Sure, it’s probably a female; scholarship widely agrees on this. But is it a representation of a divine goddess, a fertility goddess, a household cult figure of mother earth / Gaia, or a priestess of some such religion? I do not know. Neither do you.
Yet scholars insist that the Venus of Willendorf is a female fertility goddess, the object of adoration, veneration and worship of a particular culture who deemed her role in their daily lives so important that they spent precious time, precious daylight carving her, in order to…pray to her? Worship her? Find favor from her during a hard bout of PMS? Says who?
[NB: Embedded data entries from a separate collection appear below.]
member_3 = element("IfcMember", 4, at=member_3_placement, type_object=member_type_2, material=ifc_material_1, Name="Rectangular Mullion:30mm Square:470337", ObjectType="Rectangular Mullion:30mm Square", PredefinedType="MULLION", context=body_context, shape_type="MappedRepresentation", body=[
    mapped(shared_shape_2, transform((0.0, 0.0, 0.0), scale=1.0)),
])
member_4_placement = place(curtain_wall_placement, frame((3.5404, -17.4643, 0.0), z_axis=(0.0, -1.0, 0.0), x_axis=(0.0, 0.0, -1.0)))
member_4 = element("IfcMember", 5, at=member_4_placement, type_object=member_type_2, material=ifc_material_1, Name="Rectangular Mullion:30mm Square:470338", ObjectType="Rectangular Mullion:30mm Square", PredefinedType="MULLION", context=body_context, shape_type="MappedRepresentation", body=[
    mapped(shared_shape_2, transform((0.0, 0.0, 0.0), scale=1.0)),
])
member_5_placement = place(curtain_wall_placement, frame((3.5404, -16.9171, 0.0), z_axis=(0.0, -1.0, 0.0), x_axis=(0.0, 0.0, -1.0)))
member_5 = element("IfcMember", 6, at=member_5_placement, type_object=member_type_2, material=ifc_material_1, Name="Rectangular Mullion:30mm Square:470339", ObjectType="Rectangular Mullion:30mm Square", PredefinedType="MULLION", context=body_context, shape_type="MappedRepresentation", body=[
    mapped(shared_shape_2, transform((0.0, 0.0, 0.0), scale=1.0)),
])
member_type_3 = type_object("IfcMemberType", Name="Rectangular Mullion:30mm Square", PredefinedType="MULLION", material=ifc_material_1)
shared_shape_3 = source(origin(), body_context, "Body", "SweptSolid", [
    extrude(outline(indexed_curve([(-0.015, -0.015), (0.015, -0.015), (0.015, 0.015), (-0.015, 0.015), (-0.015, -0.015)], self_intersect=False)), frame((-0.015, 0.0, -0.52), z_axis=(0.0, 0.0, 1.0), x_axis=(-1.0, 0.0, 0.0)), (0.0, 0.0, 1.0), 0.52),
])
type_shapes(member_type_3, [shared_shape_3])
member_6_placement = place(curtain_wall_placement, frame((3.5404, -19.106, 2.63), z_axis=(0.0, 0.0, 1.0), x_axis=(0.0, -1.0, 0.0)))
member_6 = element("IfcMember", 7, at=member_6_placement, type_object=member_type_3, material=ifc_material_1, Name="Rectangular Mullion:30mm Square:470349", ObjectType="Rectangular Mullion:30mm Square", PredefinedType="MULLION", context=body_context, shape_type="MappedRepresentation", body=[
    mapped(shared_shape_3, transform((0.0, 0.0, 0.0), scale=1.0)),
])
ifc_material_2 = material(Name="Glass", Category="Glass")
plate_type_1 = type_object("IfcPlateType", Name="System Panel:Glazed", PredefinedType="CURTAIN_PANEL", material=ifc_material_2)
Pretty much every textbook you can put your hands on. Remember, some scholars resent that the small work of art is titled “Venus” of Willendorf, re-naming her “Woman” of Willendorf, and yet these same scholars continue to both define and defend the artwork as a…yes, you guessed it – a goddess!
You will be well served to remember that just because you read it in an academic reference or textbook, or just because some PhD said it, doesn’t necessarily make it true. Theories are wonderful, so long as they remain in the realm of theory. It is when theories creep into the realm of facts – of truth – we should definitely duck down and take cover, lest we lose our heads.
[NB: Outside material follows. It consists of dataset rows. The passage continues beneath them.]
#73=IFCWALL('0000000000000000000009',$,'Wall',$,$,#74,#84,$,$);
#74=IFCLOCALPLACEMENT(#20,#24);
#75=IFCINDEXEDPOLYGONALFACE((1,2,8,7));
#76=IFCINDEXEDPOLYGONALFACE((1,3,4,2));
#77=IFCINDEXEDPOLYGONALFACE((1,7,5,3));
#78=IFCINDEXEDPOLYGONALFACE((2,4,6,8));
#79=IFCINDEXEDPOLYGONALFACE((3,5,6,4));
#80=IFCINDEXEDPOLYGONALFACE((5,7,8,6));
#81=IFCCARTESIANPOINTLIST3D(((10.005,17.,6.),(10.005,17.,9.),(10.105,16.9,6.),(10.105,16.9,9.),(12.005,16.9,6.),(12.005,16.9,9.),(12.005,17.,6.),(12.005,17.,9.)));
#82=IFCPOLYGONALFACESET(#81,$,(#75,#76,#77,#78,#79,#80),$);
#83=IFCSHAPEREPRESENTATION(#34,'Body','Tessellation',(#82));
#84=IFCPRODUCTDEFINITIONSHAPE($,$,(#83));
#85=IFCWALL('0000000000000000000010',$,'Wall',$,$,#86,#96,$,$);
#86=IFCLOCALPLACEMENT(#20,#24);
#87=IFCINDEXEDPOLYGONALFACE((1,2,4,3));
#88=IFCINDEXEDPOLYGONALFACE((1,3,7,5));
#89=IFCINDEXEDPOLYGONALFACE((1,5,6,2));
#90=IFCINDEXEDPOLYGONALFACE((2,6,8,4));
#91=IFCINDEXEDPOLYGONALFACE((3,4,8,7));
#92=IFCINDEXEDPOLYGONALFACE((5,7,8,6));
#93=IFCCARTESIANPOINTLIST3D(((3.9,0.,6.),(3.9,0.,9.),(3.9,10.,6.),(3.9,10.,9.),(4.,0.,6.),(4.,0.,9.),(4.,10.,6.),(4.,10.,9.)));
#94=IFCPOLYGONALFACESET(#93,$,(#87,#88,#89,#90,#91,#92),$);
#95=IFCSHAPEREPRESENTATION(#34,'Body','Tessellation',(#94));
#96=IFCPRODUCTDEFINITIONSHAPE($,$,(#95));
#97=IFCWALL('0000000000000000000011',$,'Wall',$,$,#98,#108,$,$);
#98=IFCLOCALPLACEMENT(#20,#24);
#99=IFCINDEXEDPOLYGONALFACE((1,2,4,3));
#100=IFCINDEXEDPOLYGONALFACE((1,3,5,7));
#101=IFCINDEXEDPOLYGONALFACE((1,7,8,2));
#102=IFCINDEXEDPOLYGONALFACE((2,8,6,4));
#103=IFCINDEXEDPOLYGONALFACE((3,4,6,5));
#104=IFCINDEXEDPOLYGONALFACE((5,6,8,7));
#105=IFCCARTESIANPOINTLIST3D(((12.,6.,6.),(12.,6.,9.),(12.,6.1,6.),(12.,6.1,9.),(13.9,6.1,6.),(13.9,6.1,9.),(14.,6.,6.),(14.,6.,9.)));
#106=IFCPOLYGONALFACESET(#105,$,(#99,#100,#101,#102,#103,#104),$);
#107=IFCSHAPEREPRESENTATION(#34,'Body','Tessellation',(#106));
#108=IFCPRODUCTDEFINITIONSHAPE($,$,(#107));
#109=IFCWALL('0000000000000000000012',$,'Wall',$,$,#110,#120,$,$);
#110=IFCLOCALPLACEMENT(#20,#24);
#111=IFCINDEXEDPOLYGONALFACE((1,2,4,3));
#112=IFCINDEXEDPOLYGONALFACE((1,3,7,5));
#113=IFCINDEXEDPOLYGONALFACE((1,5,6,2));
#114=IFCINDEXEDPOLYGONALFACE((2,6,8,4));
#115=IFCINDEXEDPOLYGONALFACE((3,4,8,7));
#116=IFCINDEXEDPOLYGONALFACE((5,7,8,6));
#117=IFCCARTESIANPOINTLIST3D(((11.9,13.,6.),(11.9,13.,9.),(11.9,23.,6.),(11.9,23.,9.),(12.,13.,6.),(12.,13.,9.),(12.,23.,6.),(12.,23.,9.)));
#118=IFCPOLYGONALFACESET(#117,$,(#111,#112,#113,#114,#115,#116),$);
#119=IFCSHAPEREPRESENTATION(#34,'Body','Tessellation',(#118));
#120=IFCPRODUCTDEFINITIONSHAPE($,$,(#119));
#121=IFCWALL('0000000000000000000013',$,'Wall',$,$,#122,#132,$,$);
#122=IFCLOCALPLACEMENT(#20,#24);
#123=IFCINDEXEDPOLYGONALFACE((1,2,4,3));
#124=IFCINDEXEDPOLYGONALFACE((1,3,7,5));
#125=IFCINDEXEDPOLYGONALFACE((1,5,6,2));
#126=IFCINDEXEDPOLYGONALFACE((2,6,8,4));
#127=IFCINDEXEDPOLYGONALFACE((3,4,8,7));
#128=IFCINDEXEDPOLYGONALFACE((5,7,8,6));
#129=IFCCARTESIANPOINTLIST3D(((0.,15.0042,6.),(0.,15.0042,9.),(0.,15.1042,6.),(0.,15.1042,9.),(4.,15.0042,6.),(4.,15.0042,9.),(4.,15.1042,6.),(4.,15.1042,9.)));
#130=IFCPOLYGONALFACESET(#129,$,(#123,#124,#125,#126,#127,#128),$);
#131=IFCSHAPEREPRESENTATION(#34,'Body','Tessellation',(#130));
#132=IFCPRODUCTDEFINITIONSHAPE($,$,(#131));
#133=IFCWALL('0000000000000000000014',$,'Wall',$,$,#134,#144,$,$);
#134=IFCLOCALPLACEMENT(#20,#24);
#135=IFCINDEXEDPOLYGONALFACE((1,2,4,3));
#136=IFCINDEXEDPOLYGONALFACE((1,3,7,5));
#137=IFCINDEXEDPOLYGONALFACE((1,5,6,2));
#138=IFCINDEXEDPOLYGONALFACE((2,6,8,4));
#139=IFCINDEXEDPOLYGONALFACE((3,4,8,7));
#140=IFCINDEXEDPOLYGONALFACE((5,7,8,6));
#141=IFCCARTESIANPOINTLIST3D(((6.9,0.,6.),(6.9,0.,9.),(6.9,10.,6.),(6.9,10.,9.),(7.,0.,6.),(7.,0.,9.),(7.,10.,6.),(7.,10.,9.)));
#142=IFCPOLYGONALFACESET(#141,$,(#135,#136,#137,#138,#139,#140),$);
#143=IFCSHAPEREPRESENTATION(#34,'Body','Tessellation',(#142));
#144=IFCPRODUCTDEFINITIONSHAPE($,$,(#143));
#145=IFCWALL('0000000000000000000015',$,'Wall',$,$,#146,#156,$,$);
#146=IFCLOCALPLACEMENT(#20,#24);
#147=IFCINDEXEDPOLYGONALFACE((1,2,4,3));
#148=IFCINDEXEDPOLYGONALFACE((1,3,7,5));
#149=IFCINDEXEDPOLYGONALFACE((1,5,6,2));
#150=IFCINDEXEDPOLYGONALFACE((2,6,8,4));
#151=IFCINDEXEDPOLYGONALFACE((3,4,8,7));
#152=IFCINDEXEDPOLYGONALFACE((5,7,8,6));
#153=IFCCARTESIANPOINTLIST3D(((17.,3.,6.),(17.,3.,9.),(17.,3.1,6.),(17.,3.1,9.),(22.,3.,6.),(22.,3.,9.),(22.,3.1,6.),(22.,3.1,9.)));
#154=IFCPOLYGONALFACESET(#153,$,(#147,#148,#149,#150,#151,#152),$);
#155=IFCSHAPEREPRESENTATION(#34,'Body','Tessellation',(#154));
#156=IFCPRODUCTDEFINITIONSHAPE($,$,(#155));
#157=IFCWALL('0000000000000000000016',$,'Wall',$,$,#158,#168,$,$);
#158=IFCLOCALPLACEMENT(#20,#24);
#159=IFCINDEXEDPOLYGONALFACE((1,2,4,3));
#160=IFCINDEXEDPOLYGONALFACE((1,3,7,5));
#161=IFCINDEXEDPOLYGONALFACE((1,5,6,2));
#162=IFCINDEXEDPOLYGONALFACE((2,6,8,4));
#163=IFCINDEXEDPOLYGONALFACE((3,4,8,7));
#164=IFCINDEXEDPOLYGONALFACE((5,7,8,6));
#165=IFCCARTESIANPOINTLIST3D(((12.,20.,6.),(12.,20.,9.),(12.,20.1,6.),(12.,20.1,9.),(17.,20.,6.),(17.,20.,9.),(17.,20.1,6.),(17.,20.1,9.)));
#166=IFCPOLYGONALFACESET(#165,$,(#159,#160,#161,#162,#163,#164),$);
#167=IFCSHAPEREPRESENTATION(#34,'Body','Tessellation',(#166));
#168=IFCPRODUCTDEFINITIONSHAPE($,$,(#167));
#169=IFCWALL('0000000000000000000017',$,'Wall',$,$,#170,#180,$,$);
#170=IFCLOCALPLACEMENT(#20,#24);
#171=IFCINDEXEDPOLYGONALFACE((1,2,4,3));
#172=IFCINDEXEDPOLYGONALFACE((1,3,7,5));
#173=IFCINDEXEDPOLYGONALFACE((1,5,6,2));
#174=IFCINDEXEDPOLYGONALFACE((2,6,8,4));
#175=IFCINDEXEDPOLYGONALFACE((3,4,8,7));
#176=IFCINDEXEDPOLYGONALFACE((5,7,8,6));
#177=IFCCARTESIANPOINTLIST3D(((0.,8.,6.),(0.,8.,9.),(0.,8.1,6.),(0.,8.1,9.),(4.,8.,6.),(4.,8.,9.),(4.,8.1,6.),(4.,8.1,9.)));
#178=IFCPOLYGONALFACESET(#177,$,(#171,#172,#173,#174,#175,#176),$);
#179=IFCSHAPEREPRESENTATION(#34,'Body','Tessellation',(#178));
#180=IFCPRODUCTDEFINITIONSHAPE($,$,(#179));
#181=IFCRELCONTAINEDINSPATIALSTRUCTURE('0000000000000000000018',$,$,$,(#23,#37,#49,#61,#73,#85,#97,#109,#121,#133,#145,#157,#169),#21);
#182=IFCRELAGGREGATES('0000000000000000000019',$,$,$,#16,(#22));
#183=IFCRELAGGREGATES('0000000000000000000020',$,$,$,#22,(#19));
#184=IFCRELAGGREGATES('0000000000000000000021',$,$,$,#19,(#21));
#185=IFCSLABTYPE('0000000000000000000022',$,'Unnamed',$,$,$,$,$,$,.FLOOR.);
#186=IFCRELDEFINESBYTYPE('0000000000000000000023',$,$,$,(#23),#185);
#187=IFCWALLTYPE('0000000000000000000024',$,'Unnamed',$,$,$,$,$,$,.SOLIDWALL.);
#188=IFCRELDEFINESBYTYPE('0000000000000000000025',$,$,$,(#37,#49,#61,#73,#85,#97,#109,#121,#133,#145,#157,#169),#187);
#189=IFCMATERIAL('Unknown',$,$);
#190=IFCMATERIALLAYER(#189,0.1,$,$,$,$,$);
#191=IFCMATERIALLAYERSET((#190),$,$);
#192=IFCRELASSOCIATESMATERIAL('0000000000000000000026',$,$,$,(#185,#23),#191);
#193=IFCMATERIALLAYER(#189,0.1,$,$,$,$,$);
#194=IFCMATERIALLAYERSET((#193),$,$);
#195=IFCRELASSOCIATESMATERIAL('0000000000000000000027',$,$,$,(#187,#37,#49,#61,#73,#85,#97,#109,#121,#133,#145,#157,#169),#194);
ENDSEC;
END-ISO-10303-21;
I do think that what many scholars say about the Venus of Willendorf is most likely true. She probably did serve some purpose, at least for her maker, and she probably does somehow reference fertility. But the only certainty here is that at least one person found her of some import because she was carved, crafted, created.
Human hands made her; they even took the time to paint her with ground-up pigments, suspended in water with a little animal fat (a sacrifice in itself!) and painstakingly applied with a tool fashioned for just such a purpose – perhaps a twig or an old trusted reed. Could she have been someone’s young wife, claimed by death in childbirth? Could she be a tribute to a grandmother who laughed at counting calories? There are countless theories here; we just need to find the most reasonable one.
As you begin to look at art, maybe for the first time, or maybe for the first time since you were a child in school or a student in college, you should ask yourself these questions as a simple but effective way to begin to analyze art:
1) Who made it? When? Where? For whom? (If known)
2) Are there any witnesses? Written records? Photographs?
3) How does my life experience shed light on numbers 1 and 2?
Draw your own conclusions about any work of art you view from this quick assessment, and go from there to further your knowledge about art history.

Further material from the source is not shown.